● **Task statement**
Examine the records and identify each line that includes the string "NOTDEFINED". Copy those lines.

● **Data**
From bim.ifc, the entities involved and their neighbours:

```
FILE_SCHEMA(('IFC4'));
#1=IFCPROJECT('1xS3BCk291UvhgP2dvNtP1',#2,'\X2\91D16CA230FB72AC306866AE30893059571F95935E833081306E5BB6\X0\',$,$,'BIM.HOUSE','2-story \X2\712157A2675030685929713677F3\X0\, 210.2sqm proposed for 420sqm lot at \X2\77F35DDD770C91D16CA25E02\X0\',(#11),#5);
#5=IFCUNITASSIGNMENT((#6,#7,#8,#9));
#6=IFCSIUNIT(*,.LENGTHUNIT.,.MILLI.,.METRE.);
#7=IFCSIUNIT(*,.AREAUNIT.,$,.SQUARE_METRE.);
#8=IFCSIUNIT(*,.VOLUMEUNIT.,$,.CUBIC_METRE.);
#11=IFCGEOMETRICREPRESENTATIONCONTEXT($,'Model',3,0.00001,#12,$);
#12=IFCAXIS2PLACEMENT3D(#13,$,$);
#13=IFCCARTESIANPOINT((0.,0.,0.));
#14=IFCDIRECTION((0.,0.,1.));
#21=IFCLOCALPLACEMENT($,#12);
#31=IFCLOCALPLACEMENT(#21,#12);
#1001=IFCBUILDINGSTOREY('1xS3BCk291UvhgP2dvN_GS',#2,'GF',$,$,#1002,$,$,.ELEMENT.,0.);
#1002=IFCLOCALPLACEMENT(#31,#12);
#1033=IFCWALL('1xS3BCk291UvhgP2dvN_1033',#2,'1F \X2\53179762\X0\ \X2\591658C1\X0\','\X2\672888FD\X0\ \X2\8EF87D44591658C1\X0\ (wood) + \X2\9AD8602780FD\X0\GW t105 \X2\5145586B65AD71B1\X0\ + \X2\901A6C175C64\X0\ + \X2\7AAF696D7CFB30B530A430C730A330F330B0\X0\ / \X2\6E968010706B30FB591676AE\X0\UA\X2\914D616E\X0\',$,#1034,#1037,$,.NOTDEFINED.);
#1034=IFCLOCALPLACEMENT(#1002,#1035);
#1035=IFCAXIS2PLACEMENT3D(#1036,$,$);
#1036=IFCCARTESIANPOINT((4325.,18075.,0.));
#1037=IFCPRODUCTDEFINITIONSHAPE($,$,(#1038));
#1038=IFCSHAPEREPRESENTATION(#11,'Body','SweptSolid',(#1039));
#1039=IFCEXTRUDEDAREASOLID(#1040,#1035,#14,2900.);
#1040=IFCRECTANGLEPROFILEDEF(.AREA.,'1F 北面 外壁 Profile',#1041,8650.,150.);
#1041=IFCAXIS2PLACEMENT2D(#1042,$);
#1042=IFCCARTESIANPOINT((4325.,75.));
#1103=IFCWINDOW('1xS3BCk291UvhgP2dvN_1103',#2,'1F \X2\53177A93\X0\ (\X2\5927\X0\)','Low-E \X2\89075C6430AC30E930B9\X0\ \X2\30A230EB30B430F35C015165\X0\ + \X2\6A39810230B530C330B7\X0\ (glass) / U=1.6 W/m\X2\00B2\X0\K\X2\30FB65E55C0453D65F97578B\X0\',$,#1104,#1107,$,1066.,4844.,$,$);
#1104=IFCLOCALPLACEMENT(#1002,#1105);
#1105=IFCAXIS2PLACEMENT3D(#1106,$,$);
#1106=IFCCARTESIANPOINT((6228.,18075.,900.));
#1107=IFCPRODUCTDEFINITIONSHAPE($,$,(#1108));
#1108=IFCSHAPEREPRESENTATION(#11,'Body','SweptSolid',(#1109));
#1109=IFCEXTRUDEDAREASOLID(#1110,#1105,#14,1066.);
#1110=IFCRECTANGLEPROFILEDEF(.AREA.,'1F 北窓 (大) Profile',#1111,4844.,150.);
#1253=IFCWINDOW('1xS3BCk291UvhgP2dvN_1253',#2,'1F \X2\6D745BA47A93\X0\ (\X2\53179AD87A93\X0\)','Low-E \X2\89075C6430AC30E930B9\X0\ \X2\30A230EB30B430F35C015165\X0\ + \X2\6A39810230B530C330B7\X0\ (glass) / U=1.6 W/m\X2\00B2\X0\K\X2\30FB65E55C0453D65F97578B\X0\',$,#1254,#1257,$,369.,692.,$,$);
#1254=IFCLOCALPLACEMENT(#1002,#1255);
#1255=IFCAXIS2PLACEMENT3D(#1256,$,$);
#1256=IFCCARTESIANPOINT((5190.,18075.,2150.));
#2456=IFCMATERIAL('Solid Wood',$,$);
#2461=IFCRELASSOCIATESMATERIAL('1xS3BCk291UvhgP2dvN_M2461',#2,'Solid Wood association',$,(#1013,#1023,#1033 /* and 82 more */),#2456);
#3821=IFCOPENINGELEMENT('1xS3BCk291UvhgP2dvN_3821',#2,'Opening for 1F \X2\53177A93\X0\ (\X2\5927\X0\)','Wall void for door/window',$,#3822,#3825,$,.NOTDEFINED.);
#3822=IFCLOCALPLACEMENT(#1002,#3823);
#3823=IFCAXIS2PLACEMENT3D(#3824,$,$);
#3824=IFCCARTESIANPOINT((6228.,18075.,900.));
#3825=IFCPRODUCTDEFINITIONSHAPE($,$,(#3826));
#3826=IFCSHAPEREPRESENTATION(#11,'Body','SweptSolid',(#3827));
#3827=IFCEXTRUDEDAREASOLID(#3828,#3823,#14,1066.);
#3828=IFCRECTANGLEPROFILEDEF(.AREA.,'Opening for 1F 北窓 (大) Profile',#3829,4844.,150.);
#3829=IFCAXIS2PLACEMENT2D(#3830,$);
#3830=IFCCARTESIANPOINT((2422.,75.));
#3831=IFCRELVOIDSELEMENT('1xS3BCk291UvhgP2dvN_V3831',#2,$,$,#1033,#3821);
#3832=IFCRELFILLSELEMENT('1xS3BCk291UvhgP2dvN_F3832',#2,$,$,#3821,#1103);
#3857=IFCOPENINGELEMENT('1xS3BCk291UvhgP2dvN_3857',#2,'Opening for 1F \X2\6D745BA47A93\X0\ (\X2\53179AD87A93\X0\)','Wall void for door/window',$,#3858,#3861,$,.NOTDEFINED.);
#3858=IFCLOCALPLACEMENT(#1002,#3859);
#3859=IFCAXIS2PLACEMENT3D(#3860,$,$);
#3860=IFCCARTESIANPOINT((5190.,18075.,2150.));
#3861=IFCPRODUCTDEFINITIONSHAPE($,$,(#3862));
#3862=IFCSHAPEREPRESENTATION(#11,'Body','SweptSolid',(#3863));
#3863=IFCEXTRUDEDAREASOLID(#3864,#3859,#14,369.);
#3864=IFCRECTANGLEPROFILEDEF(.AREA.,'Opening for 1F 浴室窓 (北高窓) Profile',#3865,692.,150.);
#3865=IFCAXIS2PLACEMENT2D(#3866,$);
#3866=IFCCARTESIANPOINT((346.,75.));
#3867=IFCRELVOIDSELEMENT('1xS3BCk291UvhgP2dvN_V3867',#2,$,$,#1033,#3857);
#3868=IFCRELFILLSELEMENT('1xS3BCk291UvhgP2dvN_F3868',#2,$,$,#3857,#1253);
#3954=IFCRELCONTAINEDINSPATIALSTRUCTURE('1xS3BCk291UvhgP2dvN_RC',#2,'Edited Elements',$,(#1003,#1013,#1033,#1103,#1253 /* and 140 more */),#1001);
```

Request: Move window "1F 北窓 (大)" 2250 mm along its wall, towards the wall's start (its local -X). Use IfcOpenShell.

```python
import ifcopenshell
import ifcopenshell.api.geometry
import ifcopenshell.util.placement
import ifcopenshell.util.unit

model = ifcopenshell.open("bim.ifc")
unit_scale = ifcopenshell.util.unit.calculate_unit_scale(model)

window = model.by_guid("1xS3BCk291UvhgP2dvN_1103")
opening = window.FillsVoids[0].RelatingOpeningElement
wall = opening.VoidsElements[0].RelatingBuildingElement

wall_matrix = ifcopenshell.util.placement.get_local_placement(wall.ObjectPlacement)
shift = wall_matrix[:3, 0] * -2.25 / unit_scale
before = ifcopenshell.util.placement.get_local_placement(window.ObjectPlacement)[:3, 3].copy()

# The window is not placed relative to its opening, so move both.
for product in (opening, window):
    matrix = ifcopenshell.util.placement.get_local_placement(product.ObjectPlacement)
    matrix[:3, 3] += shift
    ifcopenshell.api.geometry.edit_object_placement(model, product=product, matrix=matrix, is_si=False)

after = ifcopenshell.util.placement.get_local_placement(window.ObjectPlacement)[:3, 3]
print("window moved by", (after - before).round(3) + 0.0)

model.write("bim_v2.ifc")
```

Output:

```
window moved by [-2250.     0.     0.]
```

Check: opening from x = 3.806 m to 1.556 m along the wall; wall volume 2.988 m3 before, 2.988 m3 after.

● **Result below**
#1033=IFCWALL('1xS3BCk291UvhgP2dvN_1033',#2,'1F \X2\53179762\X0\ \X2\591658C1\X0\','\X2\672888FD\X0\ \X2\8EF87D44591658C1\X0\ (wood) + \X2\9AD8602780FD\X0\GW t105 \X2\5145586B65AD71B1\X0\ + \X2\901A6C175C64\X0\ + \X2\7AAF696D7CFB30B530A430C730A330F330B0\X0\ / \X2\6E968010706B30FB591676AE\X0\UA\X2\914D616E\X0\',$,#1034,#1037,$,.NOTDEFINED.);
#3821=IFCOPENINGELEMENT('1xS3BCk291UvhgP2dvN_3821',#2,'Opening for 1F \X2\53177A93\X0\ (\X2\5927\X0\)','Wall void for door/window',$,#3822,#3825,$,.NOTDEFINED.);
#3857=IFCOPENINGELEMENT('1xS3BCk291UvhgP2dvN_3857',#2,'Opening for 1F \X2\6D745BA47A93\X0\ (\X2\53179AD87A93\X0\)','Wall void for door/window',$,#3858,#3861,$,.NOTDEFINED.);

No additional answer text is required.